Lapua Cartridge Factory explosion
- Date: 13 April 1976
- Location: Lapua, Finland; 62°58′3″N 23°1′12″E﻿ / ﻿62.96750°N 23.02000°E;
- Deaths: 40
- Injuries: 60

= Lapua Cartridge Factory explosion =

1976 explosion at a munitions factory in Finland

The Lapua Cartridge Factory explosion (Lapuan patruunatehtaan räjähdys) was an industrial disaster that occurred at the State Cartridge Factory in Lapua, Finland on 13 April 1976. It caused the deaths of 40 workers, while 60 people were injured. It remains Finland's worst industrial disaster.

==Explosion==
The explosion occurred at 07:43, completely destroying the building. The blast was heard up to 20 km away. Most of the injured had been in the factory at the time, but some outside were injured by shrapnel. Of the dead, 35 were women. Fifty-two children under the age of 16 lost at least one parent in the accident.

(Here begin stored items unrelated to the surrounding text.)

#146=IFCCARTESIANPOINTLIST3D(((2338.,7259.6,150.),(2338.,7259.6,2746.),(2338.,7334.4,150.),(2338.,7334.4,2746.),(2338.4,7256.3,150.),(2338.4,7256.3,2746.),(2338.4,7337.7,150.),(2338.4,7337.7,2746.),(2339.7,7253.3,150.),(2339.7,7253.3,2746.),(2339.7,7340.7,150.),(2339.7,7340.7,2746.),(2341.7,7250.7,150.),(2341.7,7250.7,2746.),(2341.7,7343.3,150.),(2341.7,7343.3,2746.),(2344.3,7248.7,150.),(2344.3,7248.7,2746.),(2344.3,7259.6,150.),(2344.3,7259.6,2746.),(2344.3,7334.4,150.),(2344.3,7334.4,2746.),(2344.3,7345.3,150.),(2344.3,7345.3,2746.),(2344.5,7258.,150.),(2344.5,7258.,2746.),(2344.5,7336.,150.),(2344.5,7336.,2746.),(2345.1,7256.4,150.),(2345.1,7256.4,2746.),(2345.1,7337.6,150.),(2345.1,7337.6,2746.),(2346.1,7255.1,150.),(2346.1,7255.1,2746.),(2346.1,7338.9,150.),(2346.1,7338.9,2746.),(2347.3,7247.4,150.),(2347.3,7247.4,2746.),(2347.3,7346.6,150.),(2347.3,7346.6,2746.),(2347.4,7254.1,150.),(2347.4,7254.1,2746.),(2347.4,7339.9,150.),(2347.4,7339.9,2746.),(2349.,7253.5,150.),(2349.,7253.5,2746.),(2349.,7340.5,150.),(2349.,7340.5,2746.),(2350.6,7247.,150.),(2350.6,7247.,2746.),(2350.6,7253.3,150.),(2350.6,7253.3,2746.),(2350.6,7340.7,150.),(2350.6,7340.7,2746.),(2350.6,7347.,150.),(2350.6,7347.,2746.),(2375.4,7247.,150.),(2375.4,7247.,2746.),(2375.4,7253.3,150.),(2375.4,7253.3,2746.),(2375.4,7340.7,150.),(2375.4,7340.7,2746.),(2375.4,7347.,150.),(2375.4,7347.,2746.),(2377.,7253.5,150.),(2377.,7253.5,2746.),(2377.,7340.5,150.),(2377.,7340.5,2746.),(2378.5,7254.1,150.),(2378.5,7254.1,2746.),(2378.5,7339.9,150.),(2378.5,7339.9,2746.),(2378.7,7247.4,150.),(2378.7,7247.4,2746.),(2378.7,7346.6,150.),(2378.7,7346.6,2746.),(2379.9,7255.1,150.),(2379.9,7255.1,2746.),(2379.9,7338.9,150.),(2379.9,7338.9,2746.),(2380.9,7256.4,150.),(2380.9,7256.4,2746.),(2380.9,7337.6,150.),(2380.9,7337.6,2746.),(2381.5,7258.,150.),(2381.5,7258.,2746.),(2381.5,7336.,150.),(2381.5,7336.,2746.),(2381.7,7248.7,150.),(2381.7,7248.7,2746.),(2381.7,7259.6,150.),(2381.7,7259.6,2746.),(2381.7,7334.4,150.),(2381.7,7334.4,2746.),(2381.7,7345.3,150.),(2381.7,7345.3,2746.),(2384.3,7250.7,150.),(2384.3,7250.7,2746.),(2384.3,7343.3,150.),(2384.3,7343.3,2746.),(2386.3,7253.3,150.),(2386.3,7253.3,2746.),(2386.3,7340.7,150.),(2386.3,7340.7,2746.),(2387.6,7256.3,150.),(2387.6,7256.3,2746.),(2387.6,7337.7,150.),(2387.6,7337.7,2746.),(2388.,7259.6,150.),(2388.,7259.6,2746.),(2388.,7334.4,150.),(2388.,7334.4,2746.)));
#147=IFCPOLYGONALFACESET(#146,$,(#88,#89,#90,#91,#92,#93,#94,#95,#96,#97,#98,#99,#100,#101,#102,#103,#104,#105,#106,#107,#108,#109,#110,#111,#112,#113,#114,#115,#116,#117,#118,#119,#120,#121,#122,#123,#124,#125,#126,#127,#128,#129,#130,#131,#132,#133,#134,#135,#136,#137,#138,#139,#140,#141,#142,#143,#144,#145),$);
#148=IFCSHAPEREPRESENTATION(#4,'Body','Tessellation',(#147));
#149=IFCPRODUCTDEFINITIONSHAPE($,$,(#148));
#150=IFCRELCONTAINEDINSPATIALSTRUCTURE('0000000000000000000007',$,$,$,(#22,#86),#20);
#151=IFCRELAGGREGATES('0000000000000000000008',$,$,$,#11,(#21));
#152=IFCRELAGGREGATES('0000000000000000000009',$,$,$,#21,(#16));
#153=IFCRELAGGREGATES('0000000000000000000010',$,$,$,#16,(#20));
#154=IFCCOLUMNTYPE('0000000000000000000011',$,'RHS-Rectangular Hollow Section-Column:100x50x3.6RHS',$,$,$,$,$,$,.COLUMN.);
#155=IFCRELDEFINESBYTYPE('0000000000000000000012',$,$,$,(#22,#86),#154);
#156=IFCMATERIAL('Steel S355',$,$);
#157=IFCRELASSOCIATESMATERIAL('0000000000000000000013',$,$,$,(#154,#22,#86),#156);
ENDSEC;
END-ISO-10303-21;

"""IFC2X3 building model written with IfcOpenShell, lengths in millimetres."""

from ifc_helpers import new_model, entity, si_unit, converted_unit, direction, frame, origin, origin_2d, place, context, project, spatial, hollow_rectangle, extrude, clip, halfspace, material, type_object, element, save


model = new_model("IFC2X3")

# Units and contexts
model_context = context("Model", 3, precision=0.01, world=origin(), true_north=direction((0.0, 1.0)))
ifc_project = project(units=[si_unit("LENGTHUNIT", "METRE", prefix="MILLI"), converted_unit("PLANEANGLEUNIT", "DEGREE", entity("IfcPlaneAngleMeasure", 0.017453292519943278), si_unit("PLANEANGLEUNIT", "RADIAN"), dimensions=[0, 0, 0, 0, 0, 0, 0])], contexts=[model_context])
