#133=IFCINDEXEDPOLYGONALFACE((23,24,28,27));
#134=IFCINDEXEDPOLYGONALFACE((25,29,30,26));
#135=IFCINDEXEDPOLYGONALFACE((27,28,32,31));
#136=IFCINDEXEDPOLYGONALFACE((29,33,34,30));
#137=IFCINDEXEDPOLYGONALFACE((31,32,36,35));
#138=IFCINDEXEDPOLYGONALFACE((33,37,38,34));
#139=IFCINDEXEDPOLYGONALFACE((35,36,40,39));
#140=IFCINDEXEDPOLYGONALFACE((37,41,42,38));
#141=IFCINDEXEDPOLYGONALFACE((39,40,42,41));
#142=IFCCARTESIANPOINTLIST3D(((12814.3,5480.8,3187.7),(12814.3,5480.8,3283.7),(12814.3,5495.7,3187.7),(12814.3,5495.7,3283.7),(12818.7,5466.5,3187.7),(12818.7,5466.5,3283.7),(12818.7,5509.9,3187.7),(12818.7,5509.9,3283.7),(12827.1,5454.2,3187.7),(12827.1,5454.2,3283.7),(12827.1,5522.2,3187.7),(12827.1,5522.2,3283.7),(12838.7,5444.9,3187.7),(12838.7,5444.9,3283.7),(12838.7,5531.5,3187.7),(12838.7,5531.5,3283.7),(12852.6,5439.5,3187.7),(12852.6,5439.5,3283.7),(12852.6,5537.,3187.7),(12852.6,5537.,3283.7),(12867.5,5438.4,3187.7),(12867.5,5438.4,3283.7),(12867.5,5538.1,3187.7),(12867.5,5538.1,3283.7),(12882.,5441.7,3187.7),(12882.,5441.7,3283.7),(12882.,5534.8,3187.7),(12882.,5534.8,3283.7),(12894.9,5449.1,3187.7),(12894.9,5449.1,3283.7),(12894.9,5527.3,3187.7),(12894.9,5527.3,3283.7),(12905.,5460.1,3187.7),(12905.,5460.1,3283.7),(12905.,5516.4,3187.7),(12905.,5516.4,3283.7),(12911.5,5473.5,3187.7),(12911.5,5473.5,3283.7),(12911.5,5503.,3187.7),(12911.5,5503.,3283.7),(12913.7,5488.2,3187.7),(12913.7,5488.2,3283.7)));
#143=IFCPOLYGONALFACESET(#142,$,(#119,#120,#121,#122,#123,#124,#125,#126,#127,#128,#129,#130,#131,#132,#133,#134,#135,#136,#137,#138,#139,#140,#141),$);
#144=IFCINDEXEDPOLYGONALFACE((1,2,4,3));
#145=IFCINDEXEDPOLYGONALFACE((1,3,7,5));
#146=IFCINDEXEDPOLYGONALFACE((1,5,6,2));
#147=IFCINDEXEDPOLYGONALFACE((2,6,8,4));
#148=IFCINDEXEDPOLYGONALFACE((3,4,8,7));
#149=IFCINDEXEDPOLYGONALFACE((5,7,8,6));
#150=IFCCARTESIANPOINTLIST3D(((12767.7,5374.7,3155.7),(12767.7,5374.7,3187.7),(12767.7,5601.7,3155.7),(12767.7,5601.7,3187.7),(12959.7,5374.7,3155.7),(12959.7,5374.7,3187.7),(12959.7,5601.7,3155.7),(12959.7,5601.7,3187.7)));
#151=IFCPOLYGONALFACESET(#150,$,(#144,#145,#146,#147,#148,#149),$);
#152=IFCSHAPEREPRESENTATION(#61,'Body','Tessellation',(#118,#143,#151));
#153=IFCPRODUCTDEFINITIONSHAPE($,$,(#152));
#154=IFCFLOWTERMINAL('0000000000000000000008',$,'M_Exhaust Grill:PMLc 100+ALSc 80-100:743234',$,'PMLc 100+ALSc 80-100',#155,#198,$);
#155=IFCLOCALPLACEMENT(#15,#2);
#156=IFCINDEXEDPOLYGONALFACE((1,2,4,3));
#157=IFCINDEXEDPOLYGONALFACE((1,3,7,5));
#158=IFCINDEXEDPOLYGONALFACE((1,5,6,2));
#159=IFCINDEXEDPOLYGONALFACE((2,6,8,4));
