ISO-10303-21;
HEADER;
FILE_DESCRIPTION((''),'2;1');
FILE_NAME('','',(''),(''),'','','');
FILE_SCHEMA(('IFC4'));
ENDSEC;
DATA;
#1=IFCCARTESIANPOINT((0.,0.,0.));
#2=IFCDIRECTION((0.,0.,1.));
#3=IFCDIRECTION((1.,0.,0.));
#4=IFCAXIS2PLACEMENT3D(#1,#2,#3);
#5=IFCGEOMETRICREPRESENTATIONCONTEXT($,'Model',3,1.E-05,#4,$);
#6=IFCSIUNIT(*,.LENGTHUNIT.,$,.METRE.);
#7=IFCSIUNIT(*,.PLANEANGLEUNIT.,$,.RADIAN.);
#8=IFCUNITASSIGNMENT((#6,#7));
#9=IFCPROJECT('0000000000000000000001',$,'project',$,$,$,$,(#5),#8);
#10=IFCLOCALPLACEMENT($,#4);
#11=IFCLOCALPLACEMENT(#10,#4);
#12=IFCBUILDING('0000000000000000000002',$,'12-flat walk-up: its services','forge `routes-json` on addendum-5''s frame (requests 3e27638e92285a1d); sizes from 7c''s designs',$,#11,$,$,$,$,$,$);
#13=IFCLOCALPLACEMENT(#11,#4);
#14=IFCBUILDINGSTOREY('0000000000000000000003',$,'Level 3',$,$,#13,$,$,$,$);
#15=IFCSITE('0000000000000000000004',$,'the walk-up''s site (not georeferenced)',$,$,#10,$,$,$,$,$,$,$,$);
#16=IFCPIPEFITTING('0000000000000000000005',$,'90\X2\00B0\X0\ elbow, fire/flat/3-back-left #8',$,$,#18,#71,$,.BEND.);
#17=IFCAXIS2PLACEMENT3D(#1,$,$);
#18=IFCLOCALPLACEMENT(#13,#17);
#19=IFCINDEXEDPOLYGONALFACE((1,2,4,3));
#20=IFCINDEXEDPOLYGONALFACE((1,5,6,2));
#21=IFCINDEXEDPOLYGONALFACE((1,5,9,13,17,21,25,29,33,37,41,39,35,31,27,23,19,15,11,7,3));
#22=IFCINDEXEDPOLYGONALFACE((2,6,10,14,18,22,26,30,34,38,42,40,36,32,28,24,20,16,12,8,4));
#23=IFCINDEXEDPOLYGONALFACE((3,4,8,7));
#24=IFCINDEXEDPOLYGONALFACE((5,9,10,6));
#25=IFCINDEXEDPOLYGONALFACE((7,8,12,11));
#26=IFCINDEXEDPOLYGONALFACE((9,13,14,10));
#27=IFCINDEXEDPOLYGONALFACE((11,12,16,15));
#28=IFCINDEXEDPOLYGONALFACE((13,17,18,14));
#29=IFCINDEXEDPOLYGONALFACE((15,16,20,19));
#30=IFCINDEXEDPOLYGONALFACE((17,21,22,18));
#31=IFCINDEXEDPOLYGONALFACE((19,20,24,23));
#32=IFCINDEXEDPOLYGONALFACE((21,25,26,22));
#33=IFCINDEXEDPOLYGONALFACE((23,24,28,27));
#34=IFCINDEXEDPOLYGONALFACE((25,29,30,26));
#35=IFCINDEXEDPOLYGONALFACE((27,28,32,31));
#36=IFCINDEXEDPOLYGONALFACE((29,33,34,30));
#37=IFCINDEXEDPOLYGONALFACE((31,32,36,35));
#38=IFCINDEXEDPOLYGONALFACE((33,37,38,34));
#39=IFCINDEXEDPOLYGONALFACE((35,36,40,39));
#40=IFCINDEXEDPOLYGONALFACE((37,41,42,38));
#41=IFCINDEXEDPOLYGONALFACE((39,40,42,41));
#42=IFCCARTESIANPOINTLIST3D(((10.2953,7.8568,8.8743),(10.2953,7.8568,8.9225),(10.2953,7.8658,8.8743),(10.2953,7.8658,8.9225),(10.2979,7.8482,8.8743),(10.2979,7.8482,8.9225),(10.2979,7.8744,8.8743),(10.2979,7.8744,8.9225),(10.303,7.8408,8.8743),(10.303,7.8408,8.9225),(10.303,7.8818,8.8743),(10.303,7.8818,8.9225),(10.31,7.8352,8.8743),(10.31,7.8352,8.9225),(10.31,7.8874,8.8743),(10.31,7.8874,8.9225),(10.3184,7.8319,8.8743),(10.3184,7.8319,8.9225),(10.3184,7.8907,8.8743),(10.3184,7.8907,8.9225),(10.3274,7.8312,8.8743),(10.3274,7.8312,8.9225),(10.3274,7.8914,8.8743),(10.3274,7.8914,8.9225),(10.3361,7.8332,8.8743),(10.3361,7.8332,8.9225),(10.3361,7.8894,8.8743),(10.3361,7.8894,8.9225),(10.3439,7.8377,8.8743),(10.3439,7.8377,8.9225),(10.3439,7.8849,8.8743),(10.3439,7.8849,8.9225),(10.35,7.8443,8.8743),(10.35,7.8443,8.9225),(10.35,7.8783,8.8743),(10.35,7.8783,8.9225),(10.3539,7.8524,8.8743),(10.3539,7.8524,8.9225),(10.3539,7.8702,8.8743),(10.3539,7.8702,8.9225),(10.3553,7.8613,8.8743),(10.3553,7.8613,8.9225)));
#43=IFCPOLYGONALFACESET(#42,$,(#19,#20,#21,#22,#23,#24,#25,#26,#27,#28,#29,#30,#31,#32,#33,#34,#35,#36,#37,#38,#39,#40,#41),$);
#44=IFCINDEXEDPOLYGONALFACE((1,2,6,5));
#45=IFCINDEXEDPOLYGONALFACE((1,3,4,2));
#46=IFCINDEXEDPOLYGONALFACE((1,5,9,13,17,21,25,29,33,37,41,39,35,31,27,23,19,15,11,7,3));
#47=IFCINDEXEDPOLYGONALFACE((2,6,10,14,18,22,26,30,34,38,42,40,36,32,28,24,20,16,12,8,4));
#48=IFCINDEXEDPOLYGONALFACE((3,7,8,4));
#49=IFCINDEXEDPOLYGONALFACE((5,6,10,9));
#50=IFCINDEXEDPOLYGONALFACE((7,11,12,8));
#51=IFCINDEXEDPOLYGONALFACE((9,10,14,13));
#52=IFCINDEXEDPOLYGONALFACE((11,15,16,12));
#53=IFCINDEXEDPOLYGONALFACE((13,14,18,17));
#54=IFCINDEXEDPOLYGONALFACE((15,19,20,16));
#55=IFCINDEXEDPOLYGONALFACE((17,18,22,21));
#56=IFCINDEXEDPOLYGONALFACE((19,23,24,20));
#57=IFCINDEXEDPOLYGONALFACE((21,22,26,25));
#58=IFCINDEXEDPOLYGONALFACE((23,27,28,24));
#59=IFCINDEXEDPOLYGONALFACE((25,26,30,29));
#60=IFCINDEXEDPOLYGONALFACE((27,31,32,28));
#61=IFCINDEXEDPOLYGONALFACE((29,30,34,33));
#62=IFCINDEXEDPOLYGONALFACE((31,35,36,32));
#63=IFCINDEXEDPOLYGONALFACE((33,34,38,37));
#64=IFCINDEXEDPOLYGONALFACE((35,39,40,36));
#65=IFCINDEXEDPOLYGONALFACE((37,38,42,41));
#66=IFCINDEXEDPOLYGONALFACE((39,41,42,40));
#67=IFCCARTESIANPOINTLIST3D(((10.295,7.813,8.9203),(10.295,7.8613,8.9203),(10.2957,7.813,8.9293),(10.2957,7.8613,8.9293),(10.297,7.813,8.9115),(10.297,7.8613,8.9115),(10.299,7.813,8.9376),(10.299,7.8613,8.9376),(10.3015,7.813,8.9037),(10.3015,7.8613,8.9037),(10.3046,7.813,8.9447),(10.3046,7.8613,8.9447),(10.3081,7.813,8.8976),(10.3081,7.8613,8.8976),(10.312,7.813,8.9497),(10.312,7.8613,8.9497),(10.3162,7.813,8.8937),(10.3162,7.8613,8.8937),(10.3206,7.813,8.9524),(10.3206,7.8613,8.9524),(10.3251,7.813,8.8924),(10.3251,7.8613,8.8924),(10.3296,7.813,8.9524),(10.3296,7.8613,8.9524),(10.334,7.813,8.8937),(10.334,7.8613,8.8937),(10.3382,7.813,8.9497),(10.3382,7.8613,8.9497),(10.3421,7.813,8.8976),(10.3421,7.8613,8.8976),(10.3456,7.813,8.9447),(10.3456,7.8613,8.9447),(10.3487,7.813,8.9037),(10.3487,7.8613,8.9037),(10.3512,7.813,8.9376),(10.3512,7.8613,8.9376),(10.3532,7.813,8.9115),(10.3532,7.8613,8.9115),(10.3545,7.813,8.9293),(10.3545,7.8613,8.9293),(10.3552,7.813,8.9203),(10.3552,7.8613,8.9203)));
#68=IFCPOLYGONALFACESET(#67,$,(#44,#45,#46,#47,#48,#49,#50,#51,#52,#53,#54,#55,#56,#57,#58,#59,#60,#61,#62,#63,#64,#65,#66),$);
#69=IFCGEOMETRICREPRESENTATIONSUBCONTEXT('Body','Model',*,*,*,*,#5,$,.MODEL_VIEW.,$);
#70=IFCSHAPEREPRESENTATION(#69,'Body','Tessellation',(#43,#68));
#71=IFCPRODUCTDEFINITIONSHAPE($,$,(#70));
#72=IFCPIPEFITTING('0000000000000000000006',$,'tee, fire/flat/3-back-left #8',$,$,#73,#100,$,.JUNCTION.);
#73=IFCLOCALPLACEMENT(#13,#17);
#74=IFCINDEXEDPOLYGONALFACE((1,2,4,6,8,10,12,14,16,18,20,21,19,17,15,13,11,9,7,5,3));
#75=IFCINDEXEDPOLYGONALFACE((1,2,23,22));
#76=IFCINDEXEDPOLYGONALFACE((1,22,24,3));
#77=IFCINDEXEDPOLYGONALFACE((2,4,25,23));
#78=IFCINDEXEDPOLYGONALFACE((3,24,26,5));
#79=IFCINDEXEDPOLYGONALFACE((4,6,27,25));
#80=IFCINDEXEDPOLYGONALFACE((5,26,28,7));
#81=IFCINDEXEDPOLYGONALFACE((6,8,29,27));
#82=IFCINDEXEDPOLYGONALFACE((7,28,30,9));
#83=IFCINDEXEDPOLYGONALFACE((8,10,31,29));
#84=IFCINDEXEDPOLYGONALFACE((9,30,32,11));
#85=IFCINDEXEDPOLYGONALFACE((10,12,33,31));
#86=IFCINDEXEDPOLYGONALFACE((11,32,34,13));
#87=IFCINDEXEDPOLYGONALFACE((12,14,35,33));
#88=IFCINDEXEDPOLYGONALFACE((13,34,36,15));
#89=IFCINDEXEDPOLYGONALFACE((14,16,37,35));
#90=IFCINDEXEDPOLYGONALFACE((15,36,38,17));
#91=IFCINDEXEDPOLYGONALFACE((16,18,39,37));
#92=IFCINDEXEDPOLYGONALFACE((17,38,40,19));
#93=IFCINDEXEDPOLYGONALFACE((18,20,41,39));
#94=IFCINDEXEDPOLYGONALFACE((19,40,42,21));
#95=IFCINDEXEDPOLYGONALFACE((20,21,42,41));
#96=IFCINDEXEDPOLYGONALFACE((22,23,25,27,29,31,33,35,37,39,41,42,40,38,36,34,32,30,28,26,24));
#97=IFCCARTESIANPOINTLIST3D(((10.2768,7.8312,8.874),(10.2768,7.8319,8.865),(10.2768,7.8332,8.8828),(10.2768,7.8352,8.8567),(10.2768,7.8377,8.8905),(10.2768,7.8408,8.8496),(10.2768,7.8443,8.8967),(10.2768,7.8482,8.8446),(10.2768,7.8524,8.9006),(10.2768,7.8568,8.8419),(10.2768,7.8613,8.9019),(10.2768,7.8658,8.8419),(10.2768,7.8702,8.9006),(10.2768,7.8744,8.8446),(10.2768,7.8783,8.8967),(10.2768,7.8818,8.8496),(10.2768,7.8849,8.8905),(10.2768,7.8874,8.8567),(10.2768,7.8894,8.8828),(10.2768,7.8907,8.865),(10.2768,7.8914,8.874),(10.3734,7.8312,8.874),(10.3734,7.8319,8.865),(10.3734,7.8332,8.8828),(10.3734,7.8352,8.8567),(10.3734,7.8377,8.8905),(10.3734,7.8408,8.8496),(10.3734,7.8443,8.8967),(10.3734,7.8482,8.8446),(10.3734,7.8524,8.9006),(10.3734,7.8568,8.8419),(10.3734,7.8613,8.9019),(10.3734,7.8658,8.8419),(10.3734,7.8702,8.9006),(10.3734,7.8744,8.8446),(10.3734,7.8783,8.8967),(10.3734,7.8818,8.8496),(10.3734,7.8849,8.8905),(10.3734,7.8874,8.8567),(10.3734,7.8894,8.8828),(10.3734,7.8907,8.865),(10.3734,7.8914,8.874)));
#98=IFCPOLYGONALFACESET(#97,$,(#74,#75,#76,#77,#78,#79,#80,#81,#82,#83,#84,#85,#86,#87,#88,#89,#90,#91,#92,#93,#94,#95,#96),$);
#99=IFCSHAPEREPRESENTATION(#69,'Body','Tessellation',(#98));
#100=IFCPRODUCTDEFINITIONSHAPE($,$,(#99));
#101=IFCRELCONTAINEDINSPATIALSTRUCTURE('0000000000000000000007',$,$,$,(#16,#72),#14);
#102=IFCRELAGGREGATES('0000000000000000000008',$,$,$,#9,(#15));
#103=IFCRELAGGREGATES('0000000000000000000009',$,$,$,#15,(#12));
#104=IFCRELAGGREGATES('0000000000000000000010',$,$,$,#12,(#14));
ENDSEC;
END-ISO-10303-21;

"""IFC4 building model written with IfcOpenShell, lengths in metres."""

from ifc_helpers import new_model, entity, si_unit, frame, origin_with_axes, place, context, subcontext, project, spatial, element, save


model = new_model("IFC4")

# Units and contexts
model_context = context("Model", 3, precision=1e-05, world=origin_with_axes())
body_context = subcontext(model_context, "Body", "Model", "MODEL_VIEW")
ifc_project = project(units=[si_unit("LENGTHUNIT", "METRE"), si_unit("PLANEANGLEUNIT", "RADIAN")], contexts=[model_context])

# Site, building, storey
site_placement = place(None, origin_with_axes())
site = spatial("IfcSite", under=ifc_project, at=site_placement, Name="the walk-up's site (not georeferenced)")
building_placement = place(site_placement, origin_with_axes())
building = spatial("IfcBuilding", under=site, at=building_placement, Name="12-flat walk-up: its services", Description="forge `routes-json` on addendum-5's frame (requests 3e27638e92285a1d); sizes from 7c's designs")
storey_placement = place(building_placement, origin_with_axes())
storey = spatial("IfcBuildingStorey", under=building, at=storey_placement, Name="Level 3")

# Pipe fittings
pipe_fitting_1_placement = place(storey_placement, frame((10.3251, 7.8613, 8.8743), z_axis=(0.0, 0.0, 1.0), x_axis=(1.0, 0.0, 0.0)))
element("IfcPipeFitting", 1, at=pipe_fitting_1_placement, inside=storey, Name="90° elbow, fire/flat/3-back-left #8", PredefinedType="BEND", context=body_context, shape_type="AdvancedSweptSolid", body=[
    entity("IfcSweptDiskSolid", entity("IfcPolyline", [entity("IfcCartesianPoint", [0.0, 0.0, 0.0]), entity("IfcCartesianPoint", [0.0, 0.0, 0.0483])]), 0.0302),
    entity("IfcSweptDiskSolid", entity("IfcPolyline", [entity("IfcCartesianPoint", [0.0, 0.0, 0.0483]), entity("IfcCartesianPoint", [0.0, -0.0483, 0.0483])]), 0.0302),
])
pipe_fitting_2_placement = place(storey_placement, frame((10.2768, 7.8613, 8.8717), z_axis=(0.0, 0.0, 1.0), x_axis=(1.0, 0.0, 0.0)))
element("IfcPipeFitting", 2, at=pipe_fitting_2_placement, inside=storey, Name="tee, fire/flat/3-back-left #8", PredefinedType="JUNCTION", context=body_context, shape_type="AdvancedSweptSolid", body=[
    entity("IfcSweptDiskSolid", entity("IfcPolyline", [entity("IfcCartesianPoint", [0.0, 0.0, 0.0]), entity("IfcCartesianPoint", [0.0965, 0.0, 0.0])]), 0.0302),
])

save(model, "model.ifc")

A strike by telephone engineers meant that there was reduced communication in Lapua at this time, as many of the circuits had not been fully repaired after the winter and the telephone exchange was quickly overwhelmed as relatives phoned searching for information. Rescue efforts were hampered by fires, causing several of the remaining cartridges to explode at sporadic intervals. Beginning at 08:05, the injured began to be transferred to the district hospital in Seinäjoki. Staff at this hospital had already received training in preparation for a major incident, as the town was located at a railway junction. Medical staff were concerned that the clothing worn by victims of the incident could include live ammunition which could be accidentally set off. Military helicopters brought blood supplies from Helsinki for transfusions.

==Response==
The day of the disaster, the Minister of Defence, Ingvar S. Melin, visited the health centre in the town and the Parliament of Finland observed a minute's silence. The funeral service of all 40 victims took place in the southern park of Lapua Cathedral and was broadcast live on Finnish television. The accident resulted in an enhanced level of crisis support from the Finnish authorities and donations from private individuals came in from across the nation to help.

==Investigation==
Debris from the scene was taken to the laboratory of the Finnish Defence Forces for analysis. In November 1976 investigators found that the explosion had begun with a machine which dispensed gunpowder and had spread from there, causing a chain reaction. Investigators tested numerous possible scenarios, among them the theory that rust had caused the machine to malfunction or that a foreign object had lodged in it. However, a definitive cause of the explosion was never discovered. Investigators speculated that poor ventilation in the factory had caused a buildup of gunpowder dust, which was then ignited by a spark. The accident resulted in new legislation in the armaments industry which brought in stricter safety measures.

In 1978 legal action against the factory's owners began; this ended in 1982 with all defendants being acquitted. A few weeks after the explosion, the decision was taken to rebuild the factory. It was rebuilt 6 km from the town centre. Since 1993, the old factory buildings serve as a cultural center called Vanha Paukku.